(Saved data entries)
+ + + + + + +

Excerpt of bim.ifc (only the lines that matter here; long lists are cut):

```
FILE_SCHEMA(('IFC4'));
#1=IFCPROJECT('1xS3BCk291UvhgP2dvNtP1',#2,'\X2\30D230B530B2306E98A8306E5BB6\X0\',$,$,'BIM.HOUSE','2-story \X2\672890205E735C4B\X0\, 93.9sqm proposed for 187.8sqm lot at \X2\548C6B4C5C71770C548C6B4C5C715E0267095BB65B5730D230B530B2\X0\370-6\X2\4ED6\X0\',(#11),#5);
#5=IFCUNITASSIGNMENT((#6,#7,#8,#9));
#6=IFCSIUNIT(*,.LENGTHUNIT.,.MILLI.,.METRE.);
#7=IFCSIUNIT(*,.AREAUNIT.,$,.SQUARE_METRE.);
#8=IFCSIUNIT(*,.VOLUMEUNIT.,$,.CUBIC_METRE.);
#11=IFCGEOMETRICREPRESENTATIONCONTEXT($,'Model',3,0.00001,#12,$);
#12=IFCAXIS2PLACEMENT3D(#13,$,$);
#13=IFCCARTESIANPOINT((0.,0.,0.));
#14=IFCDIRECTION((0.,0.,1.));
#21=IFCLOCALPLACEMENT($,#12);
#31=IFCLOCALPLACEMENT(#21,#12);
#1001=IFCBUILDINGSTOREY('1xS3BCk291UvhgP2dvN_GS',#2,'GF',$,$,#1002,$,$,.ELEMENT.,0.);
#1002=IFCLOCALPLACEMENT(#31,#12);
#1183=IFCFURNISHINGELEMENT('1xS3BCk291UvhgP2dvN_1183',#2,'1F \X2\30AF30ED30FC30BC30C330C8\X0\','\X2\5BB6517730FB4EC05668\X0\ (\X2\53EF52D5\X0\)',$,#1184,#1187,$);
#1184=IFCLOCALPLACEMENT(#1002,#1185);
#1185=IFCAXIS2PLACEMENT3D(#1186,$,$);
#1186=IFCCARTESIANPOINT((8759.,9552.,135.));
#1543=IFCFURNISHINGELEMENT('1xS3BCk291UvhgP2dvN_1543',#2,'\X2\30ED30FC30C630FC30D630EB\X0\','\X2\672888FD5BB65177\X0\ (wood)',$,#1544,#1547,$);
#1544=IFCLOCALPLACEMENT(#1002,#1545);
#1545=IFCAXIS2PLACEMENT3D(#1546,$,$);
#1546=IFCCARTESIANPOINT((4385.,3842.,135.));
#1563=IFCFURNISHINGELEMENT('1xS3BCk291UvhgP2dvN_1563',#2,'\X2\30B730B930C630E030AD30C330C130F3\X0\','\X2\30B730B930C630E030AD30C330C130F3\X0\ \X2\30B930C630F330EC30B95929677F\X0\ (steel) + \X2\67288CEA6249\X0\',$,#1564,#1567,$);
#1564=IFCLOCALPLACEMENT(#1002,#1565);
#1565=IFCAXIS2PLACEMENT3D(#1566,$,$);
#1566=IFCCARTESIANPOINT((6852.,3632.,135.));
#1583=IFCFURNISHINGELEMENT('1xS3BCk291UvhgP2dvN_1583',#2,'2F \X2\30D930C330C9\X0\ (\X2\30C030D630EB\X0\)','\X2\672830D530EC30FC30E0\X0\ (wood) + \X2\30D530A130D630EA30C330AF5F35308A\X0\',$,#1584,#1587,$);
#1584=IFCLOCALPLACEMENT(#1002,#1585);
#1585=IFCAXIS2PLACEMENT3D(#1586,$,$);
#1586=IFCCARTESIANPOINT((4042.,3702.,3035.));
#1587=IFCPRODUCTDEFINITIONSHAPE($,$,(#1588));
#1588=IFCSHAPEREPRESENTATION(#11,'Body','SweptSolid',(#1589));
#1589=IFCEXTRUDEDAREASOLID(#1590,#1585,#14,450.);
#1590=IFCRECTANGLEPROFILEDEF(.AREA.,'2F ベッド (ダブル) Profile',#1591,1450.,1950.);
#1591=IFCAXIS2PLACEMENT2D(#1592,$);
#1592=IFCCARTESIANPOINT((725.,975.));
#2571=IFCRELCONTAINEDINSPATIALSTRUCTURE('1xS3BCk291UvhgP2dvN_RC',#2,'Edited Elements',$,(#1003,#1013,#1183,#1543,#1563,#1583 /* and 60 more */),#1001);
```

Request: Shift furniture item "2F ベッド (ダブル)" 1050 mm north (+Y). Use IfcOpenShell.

```python
import ifcopenshell
import ifcopenshell.api.geometry
import ifcopenshell.util.placement
import ifcopenshell.util.unit

model = ifcopenshell.open("bim.ifc")
unit_scale = ifcopenshell.util.unit.calculate_unit_scale(model)

item = model.by_guid("1xS3BCk291UvhgP2dvN_1583")
matrix = ifcopenshell.util.placement.get_local_placement(item.ObjectPlacement)
matrix[1, 3] += 1.05 / unit_scale
ifcopenshell.api.geometry.edit_object_placement(model, product=item, matrix=matrix, is_si=False)

print(ifcopenshell.util.placement.get_local_placement(item.ObjectPlacement).round(3) + 0.0)

model.write("bim-out.ifc")
```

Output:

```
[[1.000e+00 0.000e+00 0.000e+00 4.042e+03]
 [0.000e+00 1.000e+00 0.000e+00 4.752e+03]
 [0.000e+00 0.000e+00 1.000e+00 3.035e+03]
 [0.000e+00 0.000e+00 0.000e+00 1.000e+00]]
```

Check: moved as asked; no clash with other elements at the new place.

+ + + + + + +

Repeat the records above exactly, with nothing left out.

Excerpt of bim.ifc (only the lines that matter here; long lists are cut):

```
FILE_SCHEMA(('IFC4'));
#1=IFCPROJECT('1xS3BCk291UvhgP2dvNtP1',#2,'\X2\30D230B530B2306E98A8306E5BB6\X0\',$,$,'BIM.HOUSE','2-story \X2\672890205E735C4B\X0\, 93.9sqm proposed for 187.8sqm lot at \X2\548C6B4C5C71770C548C6B4C5C715E0267095BB65B5730D230B530B2\X0\370-6\X2\4ED6\X0\',(#11),#5);
#5=IFCUNITASSIGNMENT((#6,#7,#8,#9));
#6=IFCSIUNIT(*,.LENGTHUNIT.,.MILLI.,.METRE.);
#7=IFCSIUNIT(*,.AREAUNIT.,$,.SQUARE_METRE.);
#8=IFCSIUNIT(*,.VOLUMEUNIT.,$,.CUBIC_METRE.);
#11=IFCGEOMETRICREPRESENTATIONCONTEXT($,'Model',3,0.00001,#12,$);
#12=IFCAXIS2PLACEMENT3D(#13,$,$);
#13=IFCCARTESIANPOINT((0.,0.,0.));
#14=IFCDIRECTION((0.,0.,1.));
#21=IFCLOCALPLACEMENT($,#12);
#31=IFCLOCALPLACEMENT(#21,#12);
#1001=IFCBUILDINGSTOREY('1xS3BCk291UvhgP2dvN_GS',#2,'GF',$,$,#1002,$,$,.ELEMENT.,0.);
#1002=IFCLOCALPLACEMENT(#31,#12);
#1183=IFCFURNISHINGELEMENT('1xS3BCk291UvhgP2dvN_1183',#2,'1F \X2\30AF30ED30FC30BC30C330C8\X0\','\X2\5BB6517730FB4EC05668\X0\ (\X2\53EF52D5\X0\)',$,#1184,#1187,$);
#1184=IFCLOCALPLACEMENT(#1002,#1185);
#1185=IFCAXIS2PLACEMENT3D(#1186,$,$);
#1186=IFCCARTESIANPOINT((8759.,9552.,135.));
#1543=IFCFURNISHINGELEMENT('1xS3BCk291UvhgP2dvN_1543',#2,'\X2\30ED30FC30C630FC30D630EB\X0\','\X2\672888FD5BB65177\X0\ (wood)',$,#1544,#1547,$);
#1544=IFCLOCALPLACEMENT(#1002,#1545);
#1545=IFCAXIS2PLACEMENT3D(#1546,$,$);
#1546=IFCCARTESIANPOINT((4385.,3842.,135.));
#1563=IFCFURNISHINGELEMENT('1xS3BCk291UvhgP2dvN_1563',#2,'\X2\30B730B930C630E030AD30C330C130F3\X0\','\X2\30B730B930C630E030AD30C330C130F3\X0\ \X2\30B930C630F330EC30B95929677F\X0\ (steel) + \X2\67288CEA6249\X0\',$,#1564,#1567,$);
#1564=IFCLOCALPLACEMENT(#1002,#1565);
#1565=IFCAXIS2PLACEMENT3D(#1566,$,$);
#1566=IFCCARTESIANPOINT((6852.,3632.,135.));
#1583=IFCFURNISHINGELEMENT('1xS3BCk291UvhgP2dvN_1583',#2,'2F \X2\30D930C330C9\X0\ (\X2\30C030D630EB\X0\)','\X2\672830D530EC30FC30E0\X0\ (wood) + \X2\30D530A130D630EA30C330AF5F35308A\X0\',$,#1584,#1587,$);
#1584=IFCLOCALPLACEMENT(#1002,#1585);
#1585=IFCAXIS2PLACEMENT3D(#1586,$,$);
#1586=IFCCARTESIANPOINT((4042.,3702.,3035.));
#1587=IFCPRODUCTDEFINITIONSHAPE($,$,(#1588));
#1588=IFCSHAPEREPRESENTATION(#11,'Body','SweptSolid',(#1589));
#1589=IFCEXTRUDEDAREASOLID(#1590,#1585,#14,450.);
#1590=IFCRECTANGLEPROFILEDEF(.AREA.,'2F ベッド (ダブル) Profile',#1591,1450.,1950.);
#1591=IFCAXIS2PLACEMENT2D(#1592,$);
#1592=IFCCARTESIANPOINT((725.,975.));
#2571=IFCRELCONTAINEDINSPATIALSTRUCTURE('1xS3BCk291UvhgP2dvN_RC',#2,'Edited Elements',$,(#1003,#1013,#1183,#1543,#1563,#1583 /* and 60 more */),#1001);
```

Request: Shift furniture item "2F ベッド (ダブル)" 1050 mm north (+Y). Use IfcOpenShell.

```python
import ifcopenshell
import ifcopenshell.api.geometry
import ifcopenshell.util.placement
import ifcopenshell.util.unit

model = ifcopenshell.open("bim.ifc")
unit_scale = ifcopenshell.util.unit.calculate_unit_scale(model)

item = model.by_guid("1xS3BCk291UvhgP2dvN_1583")
matrix = ifcopenshell.util.placement.get_local_placement(item.ObjectPlacement)
matrix[1, 3] += 1.05 / unit_scale
ifcopenshell.api.geometry.edit_object_placement(model, product=item, matrix=matrix, is_si=False)

print(ifcopenshell.util.placement.get_local_placement(item.ObjectPlacement).round(3) + 0.0)

model.write("bim-out.ifc")
```

Output:

```
[[1.000e+00 0.000e+00 0.000e+00 4.042e+03]
 [0.000e+00 1.000e+00 0.000e+00 4.752e+03]
 [0.000e+00 0.000e+00 1.000e+00 3.035e+03]
 [0.000e+00 0.000e+00 0.000e+00 1.000e+00]]
```

Check: moved as asked; no clash with other elements at the new place.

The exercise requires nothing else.